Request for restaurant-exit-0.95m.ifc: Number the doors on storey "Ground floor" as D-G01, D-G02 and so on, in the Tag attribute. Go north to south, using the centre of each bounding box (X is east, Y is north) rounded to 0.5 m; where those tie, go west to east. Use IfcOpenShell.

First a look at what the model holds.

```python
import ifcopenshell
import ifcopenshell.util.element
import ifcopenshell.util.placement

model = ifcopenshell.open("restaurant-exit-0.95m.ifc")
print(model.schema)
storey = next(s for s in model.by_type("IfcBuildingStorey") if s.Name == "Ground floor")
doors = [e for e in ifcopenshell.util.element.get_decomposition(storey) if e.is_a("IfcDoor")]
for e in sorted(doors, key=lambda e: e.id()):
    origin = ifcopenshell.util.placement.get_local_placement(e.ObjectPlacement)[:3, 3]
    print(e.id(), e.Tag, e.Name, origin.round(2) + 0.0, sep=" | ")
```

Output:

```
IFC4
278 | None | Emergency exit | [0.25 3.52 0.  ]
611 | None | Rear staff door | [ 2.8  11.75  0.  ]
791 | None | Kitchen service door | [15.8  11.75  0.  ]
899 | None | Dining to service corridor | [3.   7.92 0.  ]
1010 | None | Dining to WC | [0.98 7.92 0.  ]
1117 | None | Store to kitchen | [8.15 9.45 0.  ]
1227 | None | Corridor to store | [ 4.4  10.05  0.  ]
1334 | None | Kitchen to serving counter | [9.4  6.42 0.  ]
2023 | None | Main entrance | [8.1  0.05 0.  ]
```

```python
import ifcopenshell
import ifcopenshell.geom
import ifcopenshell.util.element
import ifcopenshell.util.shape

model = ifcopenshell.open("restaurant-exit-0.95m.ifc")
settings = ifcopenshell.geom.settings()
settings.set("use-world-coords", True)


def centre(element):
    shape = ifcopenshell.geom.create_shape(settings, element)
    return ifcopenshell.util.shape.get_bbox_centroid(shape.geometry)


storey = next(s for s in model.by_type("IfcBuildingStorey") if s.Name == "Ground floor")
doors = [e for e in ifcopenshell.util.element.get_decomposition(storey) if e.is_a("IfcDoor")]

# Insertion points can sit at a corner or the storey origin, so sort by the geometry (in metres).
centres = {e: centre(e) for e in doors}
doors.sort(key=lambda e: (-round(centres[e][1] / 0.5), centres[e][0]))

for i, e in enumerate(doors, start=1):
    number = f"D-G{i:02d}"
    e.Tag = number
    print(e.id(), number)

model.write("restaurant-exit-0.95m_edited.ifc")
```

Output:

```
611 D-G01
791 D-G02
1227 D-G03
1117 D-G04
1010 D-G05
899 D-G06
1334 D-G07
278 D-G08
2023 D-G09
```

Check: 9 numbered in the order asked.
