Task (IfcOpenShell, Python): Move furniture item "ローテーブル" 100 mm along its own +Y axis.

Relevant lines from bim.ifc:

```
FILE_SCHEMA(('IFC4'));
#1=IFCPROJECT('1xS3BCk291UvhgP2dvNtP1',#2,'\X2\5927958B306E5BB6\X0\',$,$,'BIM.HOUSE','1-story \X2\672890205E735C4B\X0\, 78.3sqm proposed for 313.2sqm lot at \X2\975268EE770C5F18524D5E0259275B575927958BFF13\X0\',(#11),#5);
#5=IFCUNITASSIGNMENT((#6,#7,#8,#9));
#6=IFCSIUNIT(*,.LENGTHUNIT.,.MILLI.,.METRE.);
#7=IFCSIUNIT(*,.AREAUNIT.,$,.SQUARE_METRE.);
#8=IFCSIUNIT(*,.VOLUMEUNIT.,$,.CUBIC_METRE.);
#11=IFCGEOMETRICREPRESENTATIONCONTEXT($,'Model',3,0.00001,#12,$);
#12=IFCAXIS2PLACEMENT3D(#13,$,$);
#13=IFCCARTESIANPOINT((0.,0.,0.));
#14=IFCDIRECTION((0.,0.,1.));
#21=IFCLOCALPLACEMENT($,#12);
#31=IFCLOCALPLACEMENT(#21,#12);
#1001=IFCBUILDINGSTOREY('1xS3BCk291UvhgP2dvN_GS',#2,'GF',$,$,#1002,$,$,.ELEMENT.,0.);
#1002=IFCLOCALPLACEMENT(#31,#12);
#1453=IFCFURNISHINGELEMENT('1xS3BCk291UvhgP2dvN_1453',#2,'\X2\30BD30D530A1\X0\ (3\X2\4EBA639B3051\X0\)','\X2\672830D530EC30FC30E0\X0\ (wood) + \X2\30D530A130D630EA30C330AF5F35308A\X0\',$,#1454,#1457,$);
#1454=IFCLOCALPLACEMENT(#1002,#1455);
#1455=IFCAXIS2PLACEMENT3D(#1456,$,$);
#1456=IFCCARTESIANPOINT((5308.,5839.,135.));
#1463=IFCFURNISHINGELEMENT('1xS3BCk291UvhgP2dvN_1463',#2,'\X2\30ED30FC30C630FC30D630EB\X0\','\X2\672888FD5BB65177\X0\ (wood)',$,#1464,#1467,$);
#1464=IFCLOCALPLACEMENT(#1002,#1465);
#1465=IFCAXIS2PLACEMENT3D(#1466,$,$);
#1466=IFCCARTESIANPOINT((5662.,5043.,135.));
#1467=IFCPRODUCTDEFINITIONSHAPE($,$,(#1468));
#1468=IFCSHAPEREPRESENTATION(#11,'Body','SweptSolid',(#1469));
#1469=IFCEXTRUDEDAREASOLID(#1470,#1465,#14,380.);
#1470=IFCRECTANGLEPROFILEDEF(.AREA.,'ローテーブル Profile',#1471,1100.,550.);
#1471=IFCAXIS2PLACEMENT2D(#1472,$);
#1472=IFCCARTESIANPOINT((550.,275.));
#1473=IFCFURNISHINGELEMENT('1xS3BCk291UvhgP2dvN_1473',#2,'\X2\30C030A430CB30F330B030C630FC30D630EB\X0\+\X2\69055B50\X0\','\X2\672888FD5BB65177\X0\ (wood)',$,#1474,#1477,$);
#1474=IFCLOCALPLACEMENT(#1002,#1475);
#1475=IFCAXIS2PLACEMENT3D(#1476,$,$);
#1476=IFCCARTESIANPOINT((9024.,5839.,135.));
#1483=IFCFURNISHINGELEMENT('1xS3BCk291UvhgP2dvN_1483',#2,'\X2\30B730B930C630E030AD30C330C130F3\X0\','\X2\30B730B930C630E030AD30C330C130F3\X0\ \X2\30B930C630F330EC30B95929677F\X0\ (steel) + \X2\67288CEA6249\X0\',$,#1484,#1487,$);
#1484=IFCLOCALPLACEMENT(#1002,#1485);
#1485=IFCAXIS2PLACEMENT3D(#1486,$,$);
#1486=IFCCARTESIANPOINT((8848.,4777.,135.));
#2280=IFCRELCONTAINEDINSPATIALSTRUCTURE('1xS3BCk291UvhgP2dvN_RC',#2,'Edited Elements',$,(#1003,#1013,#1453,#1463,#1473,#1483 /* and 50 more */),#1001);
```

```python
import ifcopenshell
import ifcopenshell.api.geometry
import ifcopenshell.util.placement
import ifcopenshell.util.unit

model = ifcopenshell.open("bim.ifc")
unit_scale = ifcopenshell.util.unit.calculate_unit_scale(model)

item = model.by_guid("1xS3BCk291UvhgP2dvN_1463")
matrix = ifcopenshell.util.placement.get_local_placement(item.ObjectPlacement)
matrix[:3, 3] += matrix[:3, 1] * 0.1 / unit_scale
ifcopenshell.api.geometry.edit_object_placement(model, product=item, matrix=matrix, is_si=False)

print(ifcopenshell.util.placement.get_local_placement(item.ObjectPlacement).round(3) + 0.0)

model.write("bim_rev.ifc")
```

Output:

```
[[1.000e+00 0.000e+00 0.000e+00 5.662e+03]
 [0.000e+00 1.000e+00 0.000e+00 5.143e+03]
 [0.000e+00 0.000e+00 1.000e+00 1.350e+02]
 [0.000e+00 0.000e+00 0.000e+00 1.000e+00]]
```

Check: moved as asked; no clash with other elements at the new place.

● ● ●

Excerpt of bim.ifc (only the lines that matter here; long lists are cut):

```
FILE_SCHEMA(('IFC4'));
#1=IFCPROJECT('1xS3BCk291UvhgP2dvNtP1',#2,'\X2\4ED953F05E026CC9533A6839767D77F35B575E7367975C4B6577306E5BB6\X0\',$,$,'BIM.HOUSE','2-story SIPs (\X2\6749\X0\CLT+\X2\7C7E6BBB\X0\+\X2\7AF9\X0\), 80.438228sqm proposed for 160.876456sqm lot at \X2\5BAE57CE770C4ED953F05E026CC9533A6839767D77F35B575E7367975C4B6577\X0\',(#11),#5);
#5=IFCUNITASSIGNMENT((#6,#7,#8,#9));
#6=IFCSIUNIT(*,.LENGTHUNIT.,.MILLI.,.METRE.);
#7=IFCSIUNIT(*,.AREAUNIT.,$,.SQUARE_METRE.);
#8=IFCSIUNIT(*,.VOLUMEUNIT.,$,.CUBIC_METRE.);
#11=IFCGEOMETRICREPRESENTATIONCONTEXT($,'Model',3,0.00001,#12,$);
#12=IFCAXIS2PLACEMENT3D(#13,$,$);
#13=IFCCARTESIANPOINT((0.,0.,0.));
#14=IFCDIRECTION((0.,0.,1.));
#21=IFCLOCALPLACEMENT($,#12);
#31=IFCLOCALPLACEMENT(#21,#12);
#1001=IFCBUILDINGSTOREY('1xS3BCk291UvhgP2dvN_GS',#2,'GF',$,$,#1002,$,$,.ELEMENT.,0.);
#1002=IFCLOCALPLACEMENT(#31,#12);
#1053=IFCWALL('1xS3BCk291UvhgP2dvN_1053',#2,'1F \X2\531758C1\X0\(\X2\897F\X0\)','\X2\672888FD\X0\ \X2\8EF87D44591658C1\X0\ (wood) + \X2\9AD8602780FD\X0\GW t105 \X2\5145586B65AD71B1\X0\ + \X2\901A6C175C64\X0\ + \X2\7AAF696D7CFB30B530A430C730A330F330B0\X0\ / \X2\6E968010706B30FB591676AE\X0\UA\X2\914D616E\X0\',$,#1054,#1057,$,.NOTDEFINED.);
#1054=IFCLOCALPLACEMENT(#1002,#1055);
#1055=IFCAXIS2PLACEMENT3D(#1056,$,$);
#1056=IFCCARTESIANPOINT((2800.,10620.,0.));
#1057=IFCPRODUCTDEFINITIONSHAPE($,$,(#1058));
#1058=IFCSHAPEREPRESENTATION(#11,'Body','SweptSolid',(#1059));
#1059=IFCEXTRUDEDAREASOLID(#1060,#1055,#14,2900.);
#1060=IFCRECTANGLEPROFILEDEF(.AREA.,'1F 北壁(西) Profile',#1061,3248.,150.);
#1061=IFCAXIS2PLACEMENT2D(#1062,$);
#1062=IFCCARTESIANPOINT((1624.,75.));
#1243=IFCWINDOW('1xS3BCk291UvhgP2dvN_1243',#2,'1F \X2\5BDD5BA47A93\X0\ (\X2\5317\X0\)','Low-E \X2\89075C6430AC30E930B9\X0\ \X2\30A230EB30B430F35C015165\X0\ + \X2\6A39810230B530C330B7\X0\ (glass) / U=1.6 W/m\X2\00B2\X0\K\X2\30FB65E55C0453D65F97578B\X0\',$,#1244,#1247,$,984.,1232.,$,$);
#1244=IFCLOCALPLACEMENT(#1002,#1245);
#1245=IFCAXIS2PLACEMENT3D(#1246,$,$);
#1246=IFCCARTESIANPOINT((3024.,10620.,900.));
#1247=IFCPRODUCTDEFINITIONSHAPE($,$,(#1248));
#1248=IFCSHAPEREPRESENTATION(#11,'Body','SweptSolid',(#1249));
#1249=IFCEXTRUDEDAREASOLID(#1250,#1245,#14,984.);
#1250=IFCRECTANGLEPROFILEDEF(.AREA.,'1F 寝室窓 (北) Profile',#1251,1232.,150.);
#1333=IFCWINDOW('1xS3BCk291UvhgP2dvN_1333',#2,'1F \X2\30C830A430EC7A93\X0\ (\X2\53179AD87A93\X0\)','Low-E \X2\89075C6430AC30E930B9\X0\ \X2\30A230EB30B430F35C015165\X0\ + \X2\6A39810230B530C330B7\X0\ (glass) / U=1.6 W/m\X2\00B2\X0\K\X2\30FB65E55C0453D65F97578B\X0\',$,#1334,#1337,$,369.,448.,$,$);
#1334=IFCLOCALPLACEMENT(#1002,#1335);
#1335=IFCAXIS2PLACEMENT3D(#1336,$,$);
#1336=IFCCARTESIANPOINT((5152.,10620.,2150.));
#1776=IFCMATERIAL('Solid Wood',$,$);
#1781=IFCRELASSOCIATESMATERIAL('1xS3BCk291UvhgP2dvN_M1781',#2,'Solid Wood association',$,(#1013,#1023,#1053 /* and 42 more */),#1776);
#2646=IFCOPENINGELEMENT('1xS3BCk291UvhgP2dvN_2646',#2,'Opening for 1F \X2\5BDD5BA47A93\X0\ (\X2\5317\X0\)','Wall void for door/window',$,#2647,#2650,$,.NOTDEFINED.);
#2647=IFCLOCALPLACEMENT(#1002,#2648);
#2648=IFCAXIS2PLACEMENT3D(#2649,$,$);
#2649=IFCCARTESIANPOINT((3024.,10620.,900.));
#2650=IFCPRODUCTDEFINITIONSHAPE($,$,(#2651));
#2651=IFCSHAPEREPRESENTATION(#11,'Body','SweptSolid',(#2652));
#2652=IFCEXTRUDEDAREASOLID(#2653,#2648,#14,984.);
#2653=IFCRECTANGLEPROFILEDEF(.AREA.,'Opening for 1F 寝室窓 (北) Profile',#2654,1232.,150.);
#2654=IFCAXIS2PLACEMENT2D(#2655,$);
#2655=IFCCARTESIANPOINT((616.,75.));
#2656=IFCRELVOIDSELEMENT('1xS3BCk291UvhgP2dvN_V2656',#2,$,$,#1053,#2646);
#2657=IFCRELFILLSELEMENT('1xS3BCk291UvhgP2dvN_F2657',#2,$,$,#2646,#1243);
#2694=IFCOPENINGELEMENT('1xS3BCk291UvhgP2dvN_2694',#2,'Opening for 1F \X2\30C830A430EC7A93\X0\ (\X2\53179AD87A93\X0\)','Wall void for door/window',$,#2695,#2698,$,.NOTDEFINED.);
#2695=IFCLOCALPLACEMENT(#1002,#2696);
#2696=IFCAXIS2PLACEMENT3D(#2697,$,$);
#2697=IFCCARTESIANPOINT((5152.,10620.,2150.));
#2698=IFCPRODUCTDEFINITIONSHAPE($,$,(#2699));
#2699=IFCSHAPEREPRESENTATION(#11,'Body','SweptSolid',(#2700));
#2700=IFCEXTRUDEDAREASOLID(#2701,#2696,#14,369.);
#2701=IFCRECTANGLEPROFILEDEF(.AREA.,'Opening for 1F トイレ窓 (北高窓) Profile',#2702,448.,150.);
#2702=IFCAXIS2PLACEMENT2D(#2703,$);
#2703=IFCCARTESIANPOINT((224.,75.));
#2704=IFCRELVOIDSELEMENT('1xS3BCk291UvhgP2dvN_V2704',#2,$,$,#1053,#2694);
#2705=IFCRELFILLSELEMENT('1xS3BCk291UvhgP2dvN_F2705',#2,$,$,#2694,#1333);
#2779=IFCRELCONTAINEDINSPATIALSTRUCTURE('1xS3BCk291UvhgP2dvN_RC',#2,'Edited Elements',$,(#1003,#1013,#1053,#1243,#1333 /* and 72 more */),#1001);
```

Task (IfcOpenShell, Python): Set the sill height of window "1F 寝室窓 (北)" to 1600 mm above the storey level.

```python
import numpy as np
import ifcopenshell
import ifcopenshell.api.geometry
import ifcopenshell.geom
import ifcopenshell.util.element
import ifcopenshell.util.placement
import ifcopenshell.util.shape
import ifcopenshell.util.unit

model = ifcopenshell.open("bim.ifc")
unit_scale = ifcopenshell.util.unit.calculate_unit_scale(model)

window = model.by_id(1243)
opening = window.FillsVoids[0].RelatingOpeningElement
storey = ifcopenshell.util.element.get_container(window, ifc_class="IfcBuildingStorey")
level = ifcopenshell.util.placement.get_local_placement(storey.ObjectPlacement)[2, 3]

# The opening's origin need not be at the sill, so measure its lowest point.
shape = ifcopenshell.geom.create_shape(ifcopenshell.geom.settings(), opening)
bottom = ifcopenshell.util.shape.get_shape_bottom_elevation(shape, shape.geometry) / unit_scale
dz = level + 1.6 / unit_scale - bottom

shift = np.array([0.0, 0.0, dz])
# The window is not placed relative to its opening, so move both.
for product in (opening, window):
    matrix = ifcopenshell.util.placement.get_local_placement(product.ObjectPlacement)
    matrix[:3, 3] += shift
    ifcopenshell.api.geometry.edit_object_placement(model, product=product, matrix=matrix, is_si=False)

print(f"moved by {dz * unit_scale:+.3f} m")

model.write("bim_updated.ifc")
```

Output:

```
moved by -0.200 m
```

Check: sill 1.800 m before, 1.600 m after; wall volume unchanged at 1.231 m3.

● ● ●

Aim of the exercise :: Where does the string "Profile" appear in the records? Copy every line that holds it.

Task output ::
#1470=IFCRECTANGLEPROFILEDEF(.AREA.,'ローテーブル Profile',#1471,1100.,550.);
#1060=IFCRECTANGLEPROFILEDEF(.AREA.,'1F 北壁(西) Profile',#1061,3248.,150.);
#1250=IFCRECTANGLEPROFILEDEF(.AREA.,'1F 寝室窓 (北) Profile',#1251,1232.,150.);
#2653=IFCRECTANGLEPROFILEDEF(.AREA.,'Opening for 1F 寝室窓 (北) Profile',#2654,1232.,150.);
#2701=IFCRECTANGLEPROFILEDEF(.AREA.,'Opening for 1F トイレ窓 (北高窓) Profile',#2702,448.,150.);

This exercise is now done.